What this means is that we calculate (O-E)2/E for each of the three genotypes, and then add these numbers up. So:
chi-square=(obs #MM- exp#MM)2/(exp#MM)
+ (obs #MN- exp#MN)2/(exp#MN)
+ (obs #NN- exp#NN)2/(exp#NN)
The observed values are the numbers of individuals with the different
genotypes that were counted in the original sample. The expected values
are the numbers we calculated as expected if the population is in Hardy-Weinberg
Proportions. So: chi-square=(47-49)2/49+(46-42)2/42+(7-9)2/9
chi-square=0.08+0.38+0.44=0.9
The fifth step is to compare the value you calculated for chi-square to what is called a critical value. The critical value is a theoretically calculated value that indicates what you would calculate if there were exactly 95% chance that the population differs from the expected frequencies. If the number you calculated is as big as the critical value or bigger, it means there is at least 95% chance that the population genotype frequencies are different from Hardy-Weinberg Proportions, and you would conclude that the population is NOT in Hardy-Weinberg proportions. if the number you calculated is smaller than the critical value, then you would conclude that you can not detect any difference between the observed genotype frequencies and the Hardy-Weinberg expected genotype frequencies, so the population apparently IS in Hardy-Weinberg proportions.
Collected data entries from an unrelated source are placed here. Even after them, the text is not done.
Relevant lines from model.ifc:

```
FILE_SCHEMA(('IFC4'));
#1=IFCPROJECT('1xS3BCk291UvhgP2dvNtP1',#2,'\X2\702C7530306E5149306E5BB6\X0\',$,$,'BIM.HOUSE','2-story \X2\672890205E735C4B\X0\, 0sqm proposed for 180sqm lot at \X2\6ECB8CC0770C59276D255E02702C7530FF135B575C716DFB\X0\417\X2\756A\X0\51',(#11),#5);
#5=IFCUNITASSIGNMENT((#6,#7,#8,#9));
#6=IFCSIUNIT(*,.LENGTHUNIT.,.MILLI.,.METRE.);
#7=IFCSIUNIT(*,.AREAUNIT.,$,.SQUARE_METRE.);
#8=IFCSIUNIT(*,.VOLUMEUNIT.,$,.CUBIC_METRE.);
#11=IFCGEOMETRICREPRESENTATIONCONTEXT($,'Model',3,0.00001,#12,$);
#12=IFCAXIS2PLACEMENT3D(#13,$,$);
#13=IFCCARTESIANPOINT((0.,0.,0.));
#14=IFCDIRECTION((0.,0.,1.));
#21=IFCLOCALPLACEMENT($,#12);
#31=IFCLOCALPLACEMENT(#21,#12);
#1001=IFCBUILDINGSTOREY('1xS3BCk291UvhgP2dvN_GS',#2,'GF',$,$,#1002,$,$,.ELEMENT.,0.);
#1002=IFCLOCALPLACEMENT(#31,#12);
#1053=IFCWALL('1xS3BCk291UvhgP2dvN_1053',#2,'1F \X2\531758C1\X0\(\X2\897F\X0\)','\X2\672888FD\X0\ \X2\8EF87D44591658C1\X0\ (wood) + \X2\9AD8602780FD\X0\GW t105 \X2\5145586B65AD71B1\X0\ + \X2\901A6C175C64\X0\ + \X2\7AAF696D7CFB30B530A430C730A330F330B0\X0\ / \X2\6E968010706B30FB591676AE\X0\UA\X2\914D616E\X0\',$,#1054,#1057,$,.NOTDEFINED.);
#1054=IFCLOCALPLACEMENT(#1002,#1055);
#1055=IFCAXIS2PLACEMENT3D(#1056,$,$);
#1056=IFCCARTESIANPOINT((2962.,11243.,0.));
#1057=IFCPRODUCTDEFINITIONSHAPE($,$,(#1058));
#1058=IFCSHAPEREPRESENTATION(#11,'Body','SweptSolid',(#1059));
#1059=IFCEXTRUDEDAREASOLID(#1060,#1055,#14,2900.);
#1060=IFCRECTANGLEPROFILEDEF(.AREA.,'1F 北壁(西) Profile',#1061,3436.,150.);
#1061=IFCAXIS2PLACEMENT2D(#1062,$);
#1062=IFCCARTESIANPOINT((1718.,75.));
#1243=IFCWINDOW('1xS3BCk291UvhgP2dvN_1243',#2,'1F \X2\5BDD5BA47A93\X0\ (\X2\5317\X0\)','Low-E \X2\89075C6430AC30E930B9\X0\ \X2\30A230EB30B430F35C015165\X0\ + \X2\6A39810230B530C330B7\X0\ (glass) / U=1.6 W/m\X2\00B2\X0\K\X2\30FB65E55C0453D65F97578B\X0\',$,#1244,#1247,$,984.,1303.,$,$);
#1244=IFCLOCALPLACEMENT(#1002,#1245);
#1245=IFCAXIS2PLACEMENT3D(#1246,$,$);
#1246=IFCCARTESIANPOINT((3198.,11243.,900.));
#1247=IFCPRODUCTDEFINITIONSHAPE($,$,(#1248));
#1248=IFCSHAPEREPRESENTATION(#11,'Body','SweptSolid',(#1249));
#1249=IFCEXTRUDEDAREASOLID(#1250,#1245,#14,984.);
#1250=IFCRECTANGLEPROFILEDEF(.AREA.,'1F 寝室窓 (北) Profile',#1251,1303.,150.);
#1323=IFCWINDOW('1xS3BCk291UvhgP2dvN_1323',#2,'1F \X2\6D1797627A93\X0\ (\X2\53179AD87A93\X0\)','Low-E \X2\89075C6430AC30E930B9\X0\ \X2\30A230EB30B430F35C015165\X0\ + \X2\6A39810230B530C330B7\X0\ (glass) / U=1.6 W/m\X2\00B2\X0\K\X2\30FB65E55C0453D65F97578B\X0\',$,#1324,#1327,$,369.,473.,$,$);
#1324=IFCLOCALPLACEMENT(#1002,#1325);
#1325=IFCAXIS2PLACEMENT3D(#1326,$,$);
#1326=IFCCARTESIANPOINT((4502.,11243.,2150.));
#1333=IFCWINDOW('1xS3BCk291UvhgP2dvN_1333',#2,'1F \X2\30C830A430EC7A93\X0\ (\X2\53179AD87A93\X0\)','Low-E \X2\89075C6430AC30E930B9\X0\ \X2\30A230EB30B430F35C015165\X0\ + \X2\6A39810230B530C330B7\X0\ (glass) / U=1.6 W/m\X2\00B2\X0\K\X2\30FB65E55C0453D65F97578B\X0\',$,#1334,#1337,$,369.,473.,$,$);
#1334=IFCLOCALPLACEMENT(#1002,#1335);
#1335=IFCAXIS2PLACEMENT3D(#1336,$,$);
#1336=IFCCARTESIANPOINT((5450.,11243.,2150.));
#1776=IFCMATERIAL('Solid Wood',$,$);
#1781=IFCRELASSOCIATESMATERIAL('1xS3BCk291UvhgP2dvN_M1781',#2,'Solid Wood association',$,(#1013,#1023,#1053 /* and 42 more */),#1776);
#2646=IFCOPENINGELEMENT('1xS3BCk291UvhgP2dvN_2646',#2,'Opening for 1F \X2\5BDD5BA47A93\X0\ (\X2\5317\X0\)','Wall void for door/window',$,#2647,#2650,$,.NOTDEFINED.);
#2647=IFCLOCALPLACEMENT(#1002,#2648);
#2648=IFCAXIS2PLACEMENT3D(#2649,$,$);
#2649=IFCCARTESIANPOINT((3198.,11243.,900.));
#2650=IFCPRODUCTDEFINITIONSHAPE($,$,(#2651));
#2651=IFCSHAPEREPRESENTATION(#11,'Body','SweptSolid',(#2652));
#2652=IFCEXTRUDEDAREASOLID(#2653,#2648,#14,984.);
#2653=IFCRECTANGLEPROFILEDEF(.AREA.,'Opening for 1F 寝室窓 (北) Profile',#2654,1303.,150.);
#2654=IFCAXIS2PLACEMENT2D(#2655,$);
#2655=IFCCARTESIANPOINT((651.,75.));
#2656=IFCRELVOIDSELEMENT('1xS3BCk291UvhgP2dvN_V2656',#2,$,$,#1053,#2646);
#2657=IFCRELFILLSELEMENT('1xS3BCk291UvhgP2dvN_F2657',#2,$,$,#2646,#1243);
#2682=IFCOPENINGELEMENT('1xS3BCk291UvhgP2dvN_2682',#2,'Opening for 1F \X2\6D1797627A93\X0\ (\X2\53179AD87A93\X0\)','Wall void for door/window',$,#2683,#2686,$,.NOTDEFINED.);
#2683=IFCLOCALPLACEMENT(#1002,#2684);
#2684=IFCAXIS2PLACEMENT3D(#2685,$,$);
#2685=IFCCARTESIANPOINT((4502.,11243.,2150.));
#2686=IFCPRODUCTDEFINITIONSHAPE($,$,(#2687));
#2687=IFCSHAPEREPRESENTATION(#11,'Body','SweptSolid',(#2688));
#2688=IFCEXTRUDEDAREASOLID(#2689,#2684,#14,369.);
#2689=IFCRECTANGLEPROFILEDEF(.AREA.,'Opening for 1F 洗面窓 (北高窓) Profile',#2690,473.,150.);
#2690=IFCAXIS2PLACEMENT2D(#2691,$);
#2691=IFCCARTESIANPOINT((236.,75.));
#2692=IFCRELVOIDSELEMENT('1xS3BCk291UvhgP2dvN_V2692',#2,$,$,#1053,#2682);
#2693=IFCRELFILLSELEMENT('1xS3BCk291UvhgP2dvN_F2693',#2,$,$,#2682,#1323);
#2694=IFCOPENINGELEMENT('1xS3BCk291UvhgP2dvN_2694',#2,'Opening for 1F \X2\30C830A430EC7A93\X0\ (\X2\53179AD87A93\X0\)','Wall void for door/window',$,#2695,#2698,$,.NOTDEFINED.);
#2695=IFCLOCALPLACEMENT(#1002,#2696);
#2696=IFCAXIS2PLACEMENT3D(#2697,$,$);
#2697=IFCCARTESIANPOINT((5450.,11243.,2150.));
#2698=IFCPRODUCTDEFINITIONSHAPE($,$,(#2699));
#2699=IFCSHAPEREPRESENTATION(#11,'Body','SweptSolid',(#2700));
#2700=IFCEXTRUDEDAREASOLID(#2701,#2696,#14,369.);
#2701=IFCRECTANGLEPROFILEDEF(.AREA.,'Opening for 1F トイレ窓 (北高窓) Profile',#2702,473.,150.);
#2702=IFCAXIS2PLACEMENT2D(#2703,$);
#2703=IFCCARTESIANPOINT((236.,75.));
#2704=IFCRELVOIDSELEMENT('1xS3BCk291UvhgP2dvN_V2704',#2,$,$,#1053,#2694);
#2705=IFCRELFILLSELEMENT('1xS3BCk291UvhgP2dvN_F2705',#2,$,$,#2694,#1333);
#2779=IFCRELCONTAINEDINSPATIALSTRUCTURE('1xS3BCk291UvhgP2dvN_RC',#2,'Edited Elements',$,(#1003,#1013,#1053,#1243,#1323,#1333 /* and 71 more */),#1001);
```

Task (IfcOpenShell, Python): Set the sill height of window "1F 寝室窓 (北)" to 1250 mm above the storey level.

```python
import numpy as np
import ifcopenshell
import ifcopenshell.api.geometry
import ifcopenshell.geom
import ifcopenshell.util.element
import ifcopenshell.util.placement
import ifcopenshell.util.shape
import ifcopenshell.util.unit

model = ifcopenshell.open("model.ifc")
unit_scale = ifcopenshell.util.unit.calculate_unit_scale(model)

window = model.by_id(1243)
opening = window.FillsVoids[0].RelatingOpeningElement
storey = ifcopenshell.util.element.get_container(window, ifc_class="IfcBuildingStorey")
level = ifcopenshell.util.placement.get_local_placement(storey.ObjectPlacement)[2, 3]

# The opening's origin need not be at the sill, so measure its lowest point.
shape = ifcopenshell.geom.create_shape(ifcopenshell.geom.settings(), opening)
bottom = ifcopenshell.util.shape.get_shape_bottom_elevation(shape, shape.geometry) / unit_scale
dz = level + 1250.0 - bottom

shift = np.array([0.0, 0.0, dz])
# The window is not placed relative to its opening, so move both.
for product in (opening, window):
    matrix = ifcopenshell.util.placement.get_local_placement(product.ObjectPlacement)
    matrix[:3, 3] += shift
    ifcopenshell.api.geometry.edit_object_placement(model, product=product, matrix=matrix, is_si=False)

print(f"moved by {dz * unit_scale:+.3f} m")

model.write("model-out.ifc")
```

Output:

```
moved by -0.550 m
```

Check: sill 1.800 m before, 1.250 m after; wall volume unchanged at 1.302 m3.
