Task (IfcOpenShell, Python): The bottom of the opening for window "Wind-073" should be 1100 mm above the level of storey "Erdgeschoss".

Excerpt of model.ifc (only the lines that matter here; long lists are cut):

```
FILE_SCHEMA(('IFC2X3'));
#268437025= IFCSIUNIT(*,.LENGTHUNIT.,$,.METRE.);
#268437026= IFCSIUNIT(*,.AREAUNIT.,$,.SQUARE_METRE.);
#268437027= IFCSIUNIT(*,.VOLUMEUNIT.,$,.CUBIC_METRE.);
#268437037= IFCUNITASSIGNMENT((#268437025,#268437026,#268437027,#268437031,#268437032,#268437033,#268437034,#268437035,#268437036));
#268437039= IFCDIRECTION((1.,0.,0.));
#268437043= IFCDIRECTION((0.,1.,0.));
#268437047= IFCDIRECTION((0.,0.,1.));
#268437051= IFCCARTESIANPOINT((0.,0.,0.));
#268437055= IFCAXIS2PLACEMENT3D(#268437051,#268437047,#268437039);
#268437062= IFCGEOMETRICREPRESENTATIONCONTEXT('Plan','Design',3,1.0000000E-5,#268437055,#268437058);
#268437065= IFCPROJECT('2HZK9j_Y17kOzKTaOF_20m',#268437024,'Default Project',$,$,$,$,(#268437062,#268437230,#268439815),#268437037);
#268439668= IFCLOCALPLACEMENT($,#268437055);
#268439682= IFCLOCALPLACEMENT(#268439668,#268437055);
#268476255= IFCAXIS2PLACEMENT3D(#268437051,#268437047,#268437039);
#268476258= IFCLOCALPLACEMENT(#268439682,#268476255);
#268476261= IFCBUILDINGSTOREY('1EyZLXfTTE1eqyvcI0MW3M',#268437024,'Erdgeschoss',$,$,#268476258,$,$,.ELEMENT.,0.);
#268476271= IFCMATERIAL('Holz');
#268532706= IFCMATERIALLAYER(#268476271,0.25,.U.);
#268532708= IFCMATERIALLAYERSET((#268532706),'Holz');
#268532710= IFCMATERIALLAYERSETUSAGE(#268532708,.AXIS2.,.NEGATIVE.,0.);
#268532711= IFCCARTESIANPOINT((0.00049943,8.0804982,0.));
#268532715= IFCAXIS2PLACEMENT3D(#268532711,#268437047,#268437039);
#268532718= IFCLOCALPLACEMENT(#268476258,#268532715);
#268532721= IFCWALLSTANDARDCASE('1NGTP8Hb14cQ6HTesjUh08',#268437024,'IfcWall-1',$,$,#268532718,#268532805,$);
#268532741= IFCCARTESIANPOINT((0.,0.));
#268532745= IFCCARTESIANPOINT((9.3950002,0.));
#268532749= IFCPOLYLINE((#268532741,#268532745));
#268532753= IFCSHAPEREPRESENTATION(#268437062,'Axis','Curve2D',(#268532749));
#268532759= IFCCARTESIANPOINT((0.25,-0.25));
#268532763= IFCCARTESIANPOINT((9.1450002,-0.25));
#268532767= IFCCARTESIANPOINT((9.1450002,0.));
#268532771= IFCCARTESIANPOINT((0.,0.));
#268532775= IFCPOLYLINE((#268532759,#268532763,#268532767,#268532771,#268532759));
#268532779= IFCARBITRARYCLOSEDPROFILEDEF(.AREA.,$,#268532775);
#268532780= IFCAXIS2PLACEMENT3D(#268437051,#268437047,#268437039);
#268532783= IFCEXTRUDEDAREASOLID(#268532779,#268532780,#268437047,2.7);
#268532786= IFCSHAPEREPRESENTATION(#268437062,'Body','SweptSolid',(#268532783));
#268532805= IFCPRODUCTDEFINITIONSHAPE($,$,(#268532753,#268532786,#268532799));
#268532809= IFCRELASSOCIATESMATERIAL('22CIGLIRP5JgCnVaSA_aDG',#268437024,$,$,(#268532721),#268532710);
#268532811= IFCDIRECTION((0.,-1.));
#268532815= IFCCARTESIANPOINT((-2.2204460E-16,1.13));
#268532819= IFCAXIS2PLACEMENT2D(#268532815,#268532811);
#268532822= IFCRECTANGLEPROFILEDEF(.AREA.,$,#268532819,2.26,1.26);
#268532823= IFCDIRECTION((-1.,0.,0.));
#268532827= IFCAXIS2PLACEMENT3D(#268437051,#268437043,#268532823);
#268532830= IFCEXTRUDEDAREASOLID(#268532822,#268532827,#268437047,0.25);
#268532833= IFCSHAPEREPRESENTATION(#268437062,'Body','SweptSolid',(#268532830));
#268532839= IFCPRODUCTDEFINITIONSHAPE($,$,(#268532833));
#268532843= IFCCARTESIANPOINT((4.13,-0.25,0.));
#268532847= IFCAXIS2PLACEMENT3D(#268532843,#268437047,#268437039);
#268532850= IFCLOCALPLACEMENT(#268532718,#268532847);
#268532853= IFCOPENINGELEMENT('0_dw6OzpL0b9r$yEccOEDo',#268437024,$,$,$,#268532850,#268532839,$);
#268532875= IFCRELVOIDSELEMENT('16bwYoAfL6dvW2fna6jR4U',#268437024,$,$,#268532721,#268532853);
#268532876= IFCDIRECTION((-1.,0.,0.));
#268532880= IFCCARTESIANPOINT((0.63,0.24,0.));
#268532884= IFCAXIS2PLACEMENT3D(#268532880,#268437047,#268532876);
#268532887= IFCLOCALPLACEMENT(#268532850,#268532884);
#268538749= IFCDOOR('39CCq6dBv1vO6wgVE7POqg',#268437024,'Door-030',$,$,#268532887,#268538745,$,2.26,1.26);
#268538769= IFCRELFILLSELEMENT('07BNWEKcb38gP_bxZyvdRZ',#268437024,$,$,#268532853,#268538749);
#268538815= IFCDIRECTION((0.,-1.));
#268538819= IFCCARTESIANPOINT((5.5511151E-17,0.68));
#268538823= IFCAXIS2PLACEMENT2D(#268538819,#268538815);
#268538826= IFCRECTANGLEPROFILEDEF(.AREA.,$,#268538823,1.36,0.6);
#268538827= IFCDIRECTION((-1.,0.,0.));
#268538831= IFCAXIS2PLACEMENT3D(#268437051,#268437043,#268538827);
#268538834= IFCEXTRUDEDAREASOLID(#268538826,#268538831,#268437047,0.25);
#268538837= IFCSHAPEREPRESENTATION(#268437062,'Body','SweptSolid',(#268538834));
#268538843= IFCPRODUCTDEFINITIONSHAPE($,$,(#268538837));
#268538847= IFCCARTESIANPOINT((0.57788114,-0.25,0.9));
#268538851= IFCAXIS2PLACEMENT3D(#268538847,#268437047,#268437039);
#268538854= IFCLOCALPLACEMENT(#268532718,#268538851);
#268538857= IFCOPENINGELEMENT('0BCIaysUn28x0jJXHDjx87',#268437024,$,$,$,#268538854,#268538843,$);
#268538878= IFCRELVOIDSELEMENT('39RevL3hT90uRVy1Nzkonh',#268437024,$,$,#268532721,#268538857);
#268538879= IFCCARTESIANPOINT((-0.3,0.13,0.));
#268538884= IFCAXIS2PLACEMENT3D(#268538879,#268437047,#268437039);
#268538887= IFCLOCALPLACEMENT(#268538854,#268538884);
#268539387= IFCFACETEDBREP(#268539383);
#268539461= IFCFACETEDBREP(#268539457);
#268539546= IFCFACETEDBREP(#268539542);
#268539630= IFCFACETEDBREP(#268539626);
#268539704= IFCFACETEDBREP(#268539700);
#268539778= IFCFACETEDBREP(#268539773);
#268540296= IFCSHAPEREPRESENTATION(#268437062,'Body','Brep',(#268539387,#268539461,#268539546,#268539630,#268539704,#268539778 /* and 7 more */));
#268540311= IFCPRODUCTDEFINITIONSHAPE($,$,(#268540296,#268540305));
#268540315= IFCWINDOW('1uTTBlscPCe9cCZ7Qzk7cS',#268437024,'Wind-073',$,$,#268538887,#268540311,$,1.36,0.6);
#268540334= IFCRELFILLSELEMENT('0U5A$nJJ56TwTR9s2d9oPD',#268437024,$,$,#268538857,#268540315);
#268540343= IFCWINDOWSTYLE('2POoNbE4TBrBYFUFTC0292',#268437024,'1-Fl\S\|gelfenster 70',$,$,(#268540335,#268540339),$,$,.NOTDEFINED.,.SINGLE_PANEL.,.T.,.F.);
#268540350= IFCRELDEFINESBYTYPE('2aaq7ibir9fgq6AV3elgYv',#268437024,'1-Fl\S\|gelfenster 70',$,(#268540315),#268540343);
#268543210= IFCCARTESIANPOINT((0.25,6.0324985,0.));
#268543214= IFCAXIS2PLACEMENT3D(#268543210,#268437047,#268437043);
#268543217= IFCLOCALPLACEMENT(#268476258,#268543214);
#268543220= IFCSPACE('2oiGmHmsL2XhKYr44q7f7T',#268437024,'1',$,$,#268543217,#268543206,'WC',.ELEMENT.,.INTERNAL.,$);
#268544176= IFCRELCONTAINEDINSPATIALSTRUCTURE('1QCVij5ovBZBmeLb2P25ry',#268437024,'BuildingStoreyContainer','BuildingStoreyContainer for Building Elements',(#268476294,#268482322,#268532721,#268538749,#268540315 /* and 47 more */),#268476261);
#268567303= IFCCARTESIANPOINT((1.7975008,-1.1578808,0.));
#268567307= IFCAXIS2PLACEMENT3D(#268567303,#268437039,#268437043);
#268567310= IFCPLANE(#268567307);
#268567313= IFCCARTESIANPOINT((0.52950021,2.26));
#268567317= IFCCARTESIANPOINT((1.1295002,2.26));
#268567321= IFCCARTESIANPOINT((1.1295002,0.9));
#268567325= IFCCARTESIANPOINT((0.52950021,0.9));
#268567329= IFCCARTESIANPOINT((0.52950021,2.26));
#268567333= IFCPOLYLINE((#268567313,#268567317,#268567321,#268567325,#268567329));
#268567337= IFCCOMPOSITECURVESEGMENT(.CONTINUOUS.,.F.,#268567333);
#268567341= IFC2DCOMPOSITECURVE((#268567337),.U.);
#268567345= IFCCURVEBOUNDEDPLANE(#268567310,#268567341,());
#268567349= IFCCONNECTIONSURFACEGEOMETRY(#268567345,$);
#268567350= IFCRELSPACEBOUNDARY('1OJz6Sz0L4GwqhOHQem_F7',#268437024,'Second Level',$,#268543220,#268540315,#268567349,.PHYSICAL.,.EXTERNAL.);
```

```python
import numpy as np
import ifcopenshell
import ifcopenshell.api.geometry
import ifcopenshell.geom
import ifcopenshell.util.element
import ifcopenshell.util.placement
import ifcopenshell.util.shape
import ifcopenshell.util.unit

model = ifcopenshell.open("model.ifc")
unit_scale = ifcopenshell.util.unit.calculate_unit_scale(model)

window = model.by_guid("1uTTBlscPCe9cCZ7Qzk7cS")
opening = window.FillsVoids[0].RelatingOpeningElement
storey = ifcopenshell.util.element.get_container(window, ifc_class="IfcBuildingStorey")
level = ifcopenshell.util.placement.get_local_placement(storey.ObjectPlacement)[2, 3]

# The opening's origin need not be at the sill, so measure its lowest point.
shape = ifcopenshell.geom.create_shape(ifcopenshell.geom.settings(), opening)
bottom = ifcopenshell.util.shape.get_shape_bottom_elevation(shape, shape.geometry) / unit_scale
dz = level + 1.1 - bottom

shift = np.array([0.0, 0.0, dz])
# The window is placed relative to its opening, so it follows when the opening moves.
matrix = ifcopenshell.util.placement.get_local_placement(opening.ObjectPlacement)
matrix[:3, 3] += shift
ifcopenshell.api.geometry.edit_object_placement(
    model, product=opening, matrix=matrix, is_si=False, should_transform_children=True
)

# Space boundary surfaces are stored in each space's coordinates; move them too.
for rel in window.ProvidesBoundaries:
    if not rel.ConnectionGeometry:
        continue
    surface = rel.ConnectionGeometry.SurfaceOnRelatingElement.BasisSurface
    space_matrix = ifcopenshell.util.placement.get_local_placement(rel.RelatingSpace.ObjectPlacement)
    point = np.array(surface.Position.Location.Coordinates) + space_matrix[:3, :3].T @ shift
    surface.Position = model.createIfcAxis2Placement3D(
        model.createIfcCartesianPoint(point.tolist()), surface.Position.Axis, surface.Position.RefDirection
    )

print(f"moved by {dz * unit_scale:+.3f} m")

model.write("model-out.ifc")
```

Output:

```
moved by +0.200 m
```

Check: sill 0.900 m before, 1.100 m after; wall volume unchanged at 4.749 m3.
Normally, you would look up the critical value in a statistical table; it depends on things like the number of categories you're looking at and whether or not you've estimated expected values based on your data. For this course, every chi-square test you'll do will have the same critical value, so for this course we won't worry about looking up the value, it will always be 3.841 (I got this value from a statistical table.) NOTE that if you're doing a chi-square test in another course you'll probably have to look this value up, and it won't necessarily be the value I just gave you. Also note that I will give you this value on exams.
So, if the chi-square value you calculate is larger than 3.841, you'll conclude that the population is NOT in Hardy-Weinberg proportions. If the chi-square value you calculate is less than 3.841, you'll conclude that the population IS in Hardy-Weinberg proportions. For the example that we did, chi-square turned out to be 0.90, so the MN blood group genotype frequencies are apparently in Hardy-Weinberg proportions.
Remember that the real point to all this is to test for different forms of evolution. What forms of evolution predict a population to be in Hardy-Weinberg Proportions? What forms predict a population will not be in Hardy-Weinberg Proportions? Look back at the table in the first part of this lecture to remind yourself.
At this point, you should be able to work the problems in questions 14-18 in Chapter VIII of your lab manual.